REQUIREMENT>
Would you please copy each line of the data in which the string "IFCRELAGGREGATES" occurs?

[Stored items]

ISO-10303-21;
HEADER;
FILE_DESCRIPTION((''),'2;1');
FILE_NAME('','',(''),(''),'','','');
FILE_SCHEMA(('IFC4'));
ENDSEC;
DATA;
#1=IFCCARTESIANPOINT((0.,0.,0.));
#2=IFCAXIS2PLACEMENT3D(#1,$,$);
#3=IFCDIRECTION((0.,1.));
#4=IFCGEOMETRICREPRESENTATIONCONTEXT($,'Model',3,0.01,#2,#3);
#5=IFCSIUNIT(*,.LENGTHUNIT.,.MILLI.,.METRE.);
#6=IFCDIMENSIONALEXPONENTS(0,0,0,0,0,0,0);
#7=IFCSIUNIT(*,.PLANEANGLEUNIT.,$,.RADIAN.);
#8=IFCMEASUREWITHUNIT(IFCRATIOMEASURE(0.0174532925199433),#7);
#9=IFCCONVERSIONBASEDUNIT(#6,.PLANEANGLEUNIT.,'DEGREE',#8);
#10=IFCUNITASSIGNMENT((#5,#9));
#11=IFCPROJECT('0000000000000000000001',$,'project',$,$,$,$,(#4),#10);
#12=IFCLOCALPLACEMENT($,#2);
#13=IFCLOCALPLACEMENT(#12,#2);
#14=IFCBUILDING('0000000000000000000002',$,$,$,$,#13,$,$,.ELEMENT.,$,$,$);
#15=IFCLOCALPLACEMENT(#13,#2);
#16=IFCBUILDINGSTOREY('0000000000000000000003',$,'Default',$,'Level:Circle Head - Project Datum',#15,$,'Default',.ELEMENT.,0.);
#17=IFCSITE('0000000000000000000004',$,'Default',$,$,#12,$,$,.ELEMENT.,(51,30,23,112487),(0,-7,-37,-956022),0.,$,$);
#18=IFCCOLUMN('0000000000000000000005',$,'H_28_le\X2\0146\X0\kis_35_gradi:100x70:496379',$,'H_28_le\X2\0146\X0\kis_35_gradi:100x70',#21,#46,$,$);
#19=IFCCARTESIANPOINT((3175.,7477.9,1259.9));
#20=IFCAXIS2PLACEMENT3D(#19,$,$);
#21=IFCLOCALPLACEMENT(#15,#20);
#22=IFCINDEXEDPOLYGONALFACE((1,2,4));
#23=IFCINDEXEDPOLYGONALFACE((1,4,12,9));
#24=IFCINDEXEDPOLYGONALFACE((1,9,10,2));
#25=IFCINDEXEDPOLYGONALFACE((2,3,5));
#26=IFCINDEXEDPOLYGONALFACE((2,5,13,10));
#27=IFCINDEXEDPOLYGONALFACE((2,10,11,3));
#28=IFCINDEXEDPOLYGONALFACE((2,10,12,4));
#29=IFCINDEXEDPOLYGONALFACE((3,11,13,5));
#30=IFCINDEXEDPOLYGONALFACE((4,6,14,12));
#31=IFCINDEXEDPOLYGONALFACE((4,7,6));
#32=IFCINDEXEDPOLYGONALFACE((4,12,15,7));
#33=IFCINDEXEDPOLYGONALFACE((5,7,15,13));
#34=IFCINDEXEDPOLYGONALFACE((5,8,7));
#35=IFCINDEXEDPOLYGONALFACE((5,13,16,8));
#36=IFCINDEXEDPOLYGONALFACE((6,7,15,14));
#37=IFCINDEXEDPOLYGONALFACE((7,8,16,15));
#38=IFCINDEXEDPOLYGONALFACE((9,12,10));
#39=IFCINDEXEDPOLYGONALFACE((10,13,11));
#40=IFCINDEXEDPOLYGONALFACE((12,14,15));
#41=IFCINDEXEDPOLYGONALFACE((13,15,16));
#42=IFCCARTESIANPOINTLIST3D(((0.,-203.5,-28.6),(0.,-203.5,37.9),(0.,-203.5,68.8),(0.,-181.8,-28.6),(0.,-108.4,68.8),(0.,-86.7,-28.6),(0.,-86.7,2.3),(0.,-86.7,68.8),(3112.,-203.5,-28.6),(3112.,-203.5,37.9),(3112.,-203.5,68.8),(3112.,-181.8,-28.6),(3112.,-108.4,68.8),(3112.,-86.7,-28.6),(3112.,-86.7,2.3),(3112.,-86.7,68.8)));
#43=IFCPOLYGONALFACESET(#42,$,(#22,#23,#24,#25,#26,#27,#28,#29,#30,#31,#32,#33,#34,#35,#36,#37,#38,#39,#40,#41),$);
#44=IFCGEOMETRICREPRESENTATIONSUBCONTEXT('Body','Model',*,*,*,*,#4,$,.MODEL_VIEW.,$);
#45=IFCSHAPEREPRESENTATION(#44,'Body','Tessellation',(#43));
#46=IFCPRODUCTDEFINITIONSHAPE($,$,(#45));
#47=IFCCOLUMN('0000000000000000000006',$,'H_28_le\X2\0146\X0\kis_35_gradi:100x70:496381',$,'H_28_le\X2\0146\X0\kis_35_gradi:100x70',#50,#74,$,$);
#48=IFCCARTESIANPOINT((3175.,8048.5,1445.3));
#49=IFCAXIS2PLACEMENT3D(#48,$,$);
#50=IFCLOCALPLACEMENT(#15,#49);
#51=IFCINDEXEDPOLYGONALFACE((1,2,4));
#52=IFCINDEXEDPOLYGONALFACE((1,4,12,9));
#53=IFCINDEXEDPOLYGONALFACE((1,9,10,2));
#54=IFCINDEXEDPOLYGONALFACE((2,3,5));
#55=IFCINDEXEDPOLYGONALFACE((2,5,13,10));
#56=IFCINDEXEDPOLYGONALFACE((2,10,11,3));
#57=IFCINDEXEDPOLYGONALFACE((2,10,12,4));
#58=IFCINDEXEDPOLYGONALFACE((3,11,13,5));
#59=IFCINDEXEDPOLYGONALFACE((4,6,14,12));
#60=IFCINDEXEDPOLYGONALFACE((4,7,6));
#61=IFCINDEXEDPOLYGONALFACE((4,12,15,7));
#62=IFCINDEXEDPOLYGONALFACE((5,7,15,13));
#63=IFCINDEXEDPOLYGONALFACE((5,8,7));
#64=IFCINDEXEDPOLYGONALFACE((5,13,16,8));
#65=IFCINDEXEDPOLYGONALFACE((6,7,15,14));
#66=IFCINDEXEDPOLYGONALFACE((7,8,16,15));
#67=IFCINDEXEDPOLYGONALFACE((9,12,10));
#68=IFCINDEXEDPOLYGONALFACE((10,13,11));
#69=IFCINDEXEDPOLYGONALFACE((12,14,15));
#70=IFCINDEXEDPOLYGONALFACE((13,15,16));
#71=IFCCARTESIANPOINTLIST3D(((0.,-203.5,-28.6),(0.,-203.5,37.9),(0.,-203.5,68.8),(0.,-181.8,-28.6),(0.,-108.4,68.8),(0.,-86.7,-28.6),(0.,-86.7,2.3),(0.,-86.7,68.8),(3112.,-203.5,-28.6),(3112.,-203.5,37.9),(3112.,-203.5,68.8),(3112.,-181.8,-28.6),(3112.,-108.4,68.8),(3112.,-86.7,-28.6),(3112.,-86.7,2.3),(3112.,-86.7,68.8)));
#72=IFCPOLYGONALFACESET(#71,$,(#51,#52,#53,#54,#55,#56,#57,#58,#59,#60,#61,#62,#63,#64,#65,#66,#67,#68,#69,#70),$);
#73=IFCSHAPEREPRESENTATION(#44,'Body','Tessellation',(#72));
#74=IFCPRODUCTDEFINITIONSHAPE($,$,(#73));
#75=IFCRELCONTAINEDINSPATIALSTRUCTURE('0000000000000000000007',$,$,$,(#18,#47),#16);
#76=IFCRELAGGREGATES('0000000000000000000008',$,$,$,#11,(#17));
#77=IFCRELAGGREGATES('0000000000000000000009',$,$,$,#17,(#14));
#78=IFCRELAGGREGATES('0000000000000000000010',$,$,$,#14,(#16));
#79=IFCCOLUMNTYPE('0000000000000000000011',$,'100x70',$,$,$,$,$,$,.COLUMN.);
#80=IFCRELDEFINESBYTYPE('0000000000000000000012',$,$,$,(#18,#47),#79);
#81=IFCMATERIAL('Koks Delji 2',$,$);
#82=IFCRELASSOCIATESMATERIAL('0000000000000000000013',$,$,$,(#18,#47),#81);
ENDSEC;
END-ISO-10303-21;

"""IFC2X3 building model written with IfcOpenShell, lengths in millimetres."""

from ifc_helpers import new_model, entity, si_unit, converted_unit, direction, frame, frame_2d, origin, origin_2d_with_axis, place, context, subcontext, project, spatial, rectangle, extrude, boolean, source, transform, mapped, material, type_object, type_shapes, element, save


model = new_model("IFC2X3")

# Units and contexts
model_context = context("Model", 3, precision=0.01, world=origin(), true_north=direction((0.0, 1.0)))
body_context = subcontext(model_context, "Body", "Model", "MODEL_VIEW")
ifc_project = project(units=[si_unit("LENGTHUNIT", "METRE", prefix="MILLI"), converted_unit("PLANEANGLEUNIT", "DEGREE", entity("IfcRatioMeasure", 0.0174532925199433), si_unit("PLANEANGLEUNIT", "RADIAN"), dimensions=[0, 0, 0, 0, 0, 0, 0])], contexts=[model_context])

# Site, building, storey
site_placement = place(None, origin())
site = spatial("IfcSite", under=ifc_project, at=site_placement, Name="Default", CompositionType="ELEMENT", RefLatitude=(51, 30, 23, 112487), RefLongitude=(0, -7, -37, -956022), RefElevation=0.0)
building_placement = place(site_placement, origin())
building = spatial("IfcBuilding", under=site, at=building_placement, CompositionType="ELEMENT")
storey_placement = place(building_placement, origin())
storey = spatial("IfcBuildingStorey", under=building, at=storey_placement, Name="Default", ObjectType="Level:Circle Head - Project Datum", LongName="Default", CompositionType="ELEMENT", Elevation=0.0)

# Columns
ifc_material_1 = material(Name="Koks Delji 2")
column_type_1 = type_object("IfcColumnType", Name="100x70", PredefinedType="COLUMN")
shared_shape_1 = source(origin(), body_context, "Body", "CSG", [
    boolean("DIFFERENCE", extrude(rectangle(XDim=3112.0, YDim=116.7, at=origin_2d_with_axis()), frame((1556.0, -145.1, -28.6)), (0.0, 0.0, 1.0), 97.5), extrude(rectangle(XDim=70.0, YDim=100.0, at=frame_2d((0.0, 0.0), x_axis=(0.0, 1.0))), frame((0.0, -145.1, 20.1), z_axis=(-1.0, 0.0, 0.0), x_axis=(0.0, -0.951057, -0.309017)), (0.0, 0.0, -1.0), 3112.0)),
])
type_shapes(column_type_1, [shared_shape_1])
for number, where, name in (
    (1, (3175.0, 7477.9, 1259.9), "H_28_leņkis_35_gradi:100x70:496379"),
    (2, (3175.0, 8048.5, 1445.3), "H_28_leņkis_35_gradi:100x70:496381"),
):
    element("IfcColumn", number, at=place(storey_placement, frame(where)), inside=storey, type_object=column_type_1, material=ifc_material_1, Name=name, ObjectType="H_28_leņkis_35_gradi:100x70", context=body_context, shape_type="MappedRepresentation", body=[
        mapped(shared_shape_1, transform((0.0, 0.0, 0.0), scale=1.0)),
    ])

save(model, "model.ifc")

REPLY TO THE TASK>
#76=IFCRELAGGREGATES('0000000000000000000008',$,$,$,#11,(#17));
#77=IFCRELAGGREGATES('0000000000000000000009',$,$,$,#17,(#14));
#78=IFCRELAGGREGATES('0000000000000000000010',$,$,$,#14,(#16));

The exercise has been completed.